PDOT: a Practical Primal-Dual Algorithm and a GPU-Based Solver for Optimal Transport

Haihao Lu,Jinwen Yang
2024-07-29
Abstract:In this paper, we propose a practical primal-dual algorithm with theoretical guarantees and develop a GPU-based solver, which we dub PDOT, for solving large-scale optimal transport problems. Compared to Sinkhorn algorithm or classic LP algorithms, PDOT can achieve high-accuracy solution while efficiently taking advantage of modern computing architecture, i.e., GPUs. On the theoretical side, we show that PDOT has a data-independent $\widetilde O(mn(m+n)^{1.5}\log(\frac{1}{\epsilon}))$ local flop complexity where $\epsilon$ is the desired accuracy, and $m$ and $n$ are the dimension of the original and target distribution, respectively. We further present a data-dependent $\widetilde O(mn(m+n)^{3.5}\Delta + mn(m+n)^{1.5}\log(\frac{1}{\epsilon}))$ global flop complexity of PDOT, where $\Delta$ is the precision of the data. On the numerical side, we present PDOT, an open-source GPU solver based on the proposed algorithm. Our extensive numerical experiments consistently demonstrate the well balance of PDOT in computing efficiency and accuracy of the solution, compared to Gurobi and Sinkhorn algorithms.
Optimization and Control
What problem does this paper attempt to address?

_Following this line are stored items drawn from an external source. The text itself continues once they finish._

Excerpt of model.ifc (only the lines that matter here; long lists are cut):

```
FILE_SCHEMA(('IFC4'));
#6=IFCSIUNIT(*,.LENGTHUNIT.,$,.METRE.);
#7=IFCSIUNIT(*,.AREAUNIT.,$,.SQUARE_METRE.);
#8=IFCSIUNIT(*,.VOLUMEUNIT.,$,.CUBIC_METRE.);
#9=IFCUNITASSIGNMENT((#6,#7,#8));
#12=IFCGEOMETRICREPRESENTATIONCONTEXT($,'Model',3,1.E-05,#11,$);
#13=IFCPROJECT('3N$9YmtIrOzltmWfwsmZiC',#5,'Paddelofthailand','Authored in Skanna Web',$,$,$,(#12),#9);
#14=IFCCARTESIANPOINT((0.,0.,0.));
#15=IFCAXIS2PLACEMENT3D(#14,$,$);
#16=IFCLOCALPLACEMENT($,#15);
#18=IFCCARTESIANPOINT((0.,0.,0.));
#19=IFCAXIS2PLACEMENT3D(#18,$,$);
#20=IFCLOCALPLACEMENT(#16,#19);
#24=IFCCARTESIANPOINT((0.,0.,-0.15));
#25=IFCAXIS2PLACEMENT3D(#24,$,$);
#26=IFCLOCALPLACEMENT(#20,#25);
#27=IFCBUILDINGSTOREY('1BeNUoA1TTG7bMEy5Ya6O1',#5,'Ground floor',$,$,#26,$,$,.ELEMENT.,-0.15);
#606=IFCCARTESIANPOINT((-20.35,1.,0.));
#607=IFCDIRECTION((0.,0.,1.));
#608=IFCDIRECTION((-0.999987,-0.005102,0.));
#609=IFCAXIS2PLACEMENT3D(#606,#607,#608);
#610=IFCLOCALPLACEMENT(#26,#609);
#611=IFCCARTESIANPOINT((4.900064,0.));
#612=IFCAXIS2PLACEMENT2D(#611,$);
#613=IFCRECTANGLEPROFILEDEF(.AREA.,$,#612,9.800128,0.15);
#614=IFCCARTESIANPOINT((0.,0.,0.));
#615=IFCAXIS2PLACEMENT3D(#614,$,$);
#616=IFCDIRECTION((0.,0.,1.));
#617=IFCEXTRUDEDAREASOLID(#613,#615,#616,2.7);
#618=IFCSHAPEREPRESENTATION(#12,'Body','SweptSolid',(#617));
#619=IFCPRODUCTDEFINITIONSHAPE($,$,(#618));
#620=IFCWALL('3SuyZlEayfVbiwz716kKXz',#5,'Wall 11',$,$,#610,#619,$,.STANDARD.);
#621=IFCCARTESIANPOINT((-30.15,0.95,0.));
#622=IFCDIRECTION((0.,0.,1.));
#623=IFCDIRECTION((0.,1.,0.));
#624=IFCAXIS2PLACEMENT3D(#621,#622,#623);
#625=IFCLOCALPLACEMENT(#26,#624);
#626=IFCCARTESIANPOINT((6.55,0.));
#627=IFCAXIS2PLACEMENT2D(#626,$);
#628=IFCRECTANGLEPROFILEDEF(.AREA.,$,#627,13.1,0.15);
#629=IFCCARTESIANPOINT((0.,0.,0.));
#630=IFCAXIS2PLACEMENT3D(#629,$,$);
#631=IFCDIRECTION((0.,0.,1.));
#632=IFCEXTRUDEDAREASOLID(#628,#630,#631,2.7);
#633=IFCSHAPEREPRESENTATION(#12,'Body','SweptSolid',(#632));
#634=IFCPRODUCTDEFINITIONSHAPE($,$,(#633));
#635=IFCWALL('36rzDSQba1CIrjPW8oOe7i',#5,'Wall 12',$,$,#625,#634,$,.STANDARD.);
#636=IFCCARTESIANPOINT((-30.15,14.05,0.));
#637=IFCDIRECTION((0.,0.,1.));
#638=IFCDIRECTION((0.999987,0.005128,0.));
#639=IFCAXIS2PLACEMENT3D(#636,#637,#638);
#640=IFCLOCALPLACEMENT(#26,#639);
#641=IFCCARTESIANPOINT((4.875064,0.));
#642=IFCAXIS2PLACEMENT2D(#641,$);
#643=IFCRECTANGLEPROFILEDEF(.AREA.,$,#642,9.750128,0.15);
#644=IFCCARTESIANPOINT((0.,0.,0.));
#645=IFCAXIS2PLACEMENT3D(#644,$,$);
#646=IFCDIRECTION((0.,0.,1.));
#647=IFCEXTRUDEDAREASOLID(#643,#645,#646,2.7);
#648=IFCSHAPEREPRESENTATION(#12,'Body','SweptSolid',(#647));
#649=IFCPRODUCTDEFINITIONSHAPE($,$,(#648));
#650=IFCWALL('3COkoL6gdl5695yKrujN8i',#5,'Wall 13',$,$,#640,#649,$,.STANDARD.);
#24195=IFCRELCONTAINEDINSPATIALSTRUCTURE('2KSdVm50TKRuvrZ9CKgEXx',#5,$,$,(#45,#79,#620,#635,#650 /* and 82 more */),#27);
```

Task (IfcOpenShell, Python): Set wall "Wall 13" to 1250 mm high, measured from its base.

```python
import ifcopenshell
import ifcopenshell.geom
import ifcopenshell.util.shape

model = ifcopenshell.open("model.ifc")
settings = ifcopenshell.geom.settings()


def volume(element):
    """Net volume in cubic metres, openings subtracted."""
    shape = ifcopenshell.geom.create_shape(settings, element)
    return ifcopenshell.util.shape.get_volume(shape.geometry)


wall = model.by_guid("3COkoL6gdl5695yKrujN8i")
before = volume(wall)

body = next(r for r in wall.Representation.Representations if r.RepresentationIdentifier == "Body")
solid = body.Items[0]
old_height = solid.Depth
solid.Depth = 1.25
after = volume(wall)

print(f"height {old_height:g} -> {solid.Depth:g}, volume {before:.3f} -> {after:.3f} m3")

model.write("model_edited.ifc")
```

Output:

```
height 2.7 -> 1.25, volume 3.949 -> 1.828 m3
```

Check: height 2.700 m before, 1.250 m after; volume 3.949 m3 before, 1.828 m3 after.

The paper is primarily dedicated to the development of efficient algorithms for solving large-scale Optimal Transport (OT) problems. Specifically, the research team proposed a Practical Primal-Dual Algorithm and a GPU-based solver, PDOT (Practical Dual-Optimal Transport), to address large-scale OT problems. Compared to existing Sinkhorn algorithms or classical Linear Programming (LP) algorithms, PDOT can solve OT problems with high precision and effectively utilize modern computing architectures such as GPUs. From a theoretical perspective, PDOT has a data-independent local computational complexity of \(O(mn(m + n)^{1.5}\log(\frac{1}{\epsilon}))\), where \(m\) and \(n\) are the dimensions of the source and target distributions, respectively, and \(\epsilon\) is the desired accuracy. Additionally, the paper provides a data-dependent global computational complexity of \(O(mn(m+n)^{3.5}\Delta + mn(m+n)^{1.5}\log(\frac{1}{\epsilon}))\), where \(\Delta\) is the precision of the data. In terms of numerical experiments, the authors developed an open-source GPU solver, PDOT, based on the proposed algorithm. Extensive numerical experiments demonstrate that PDOT achieves a good balance between computational efficiency and solution accuracy, showing advantages over Gurobi and Sinkhorn algorithms. In summary, the paper aims to address the following issues: - Develop a practical algorithm for large-scale OT problems that can achieve high-precision solutions and be efficiently implemented on GPUs. By proposing the PDOT algorithm, the authors provide a feasible method for solving large-scale OT problems, especially in scenarios requiring high-precision solutions.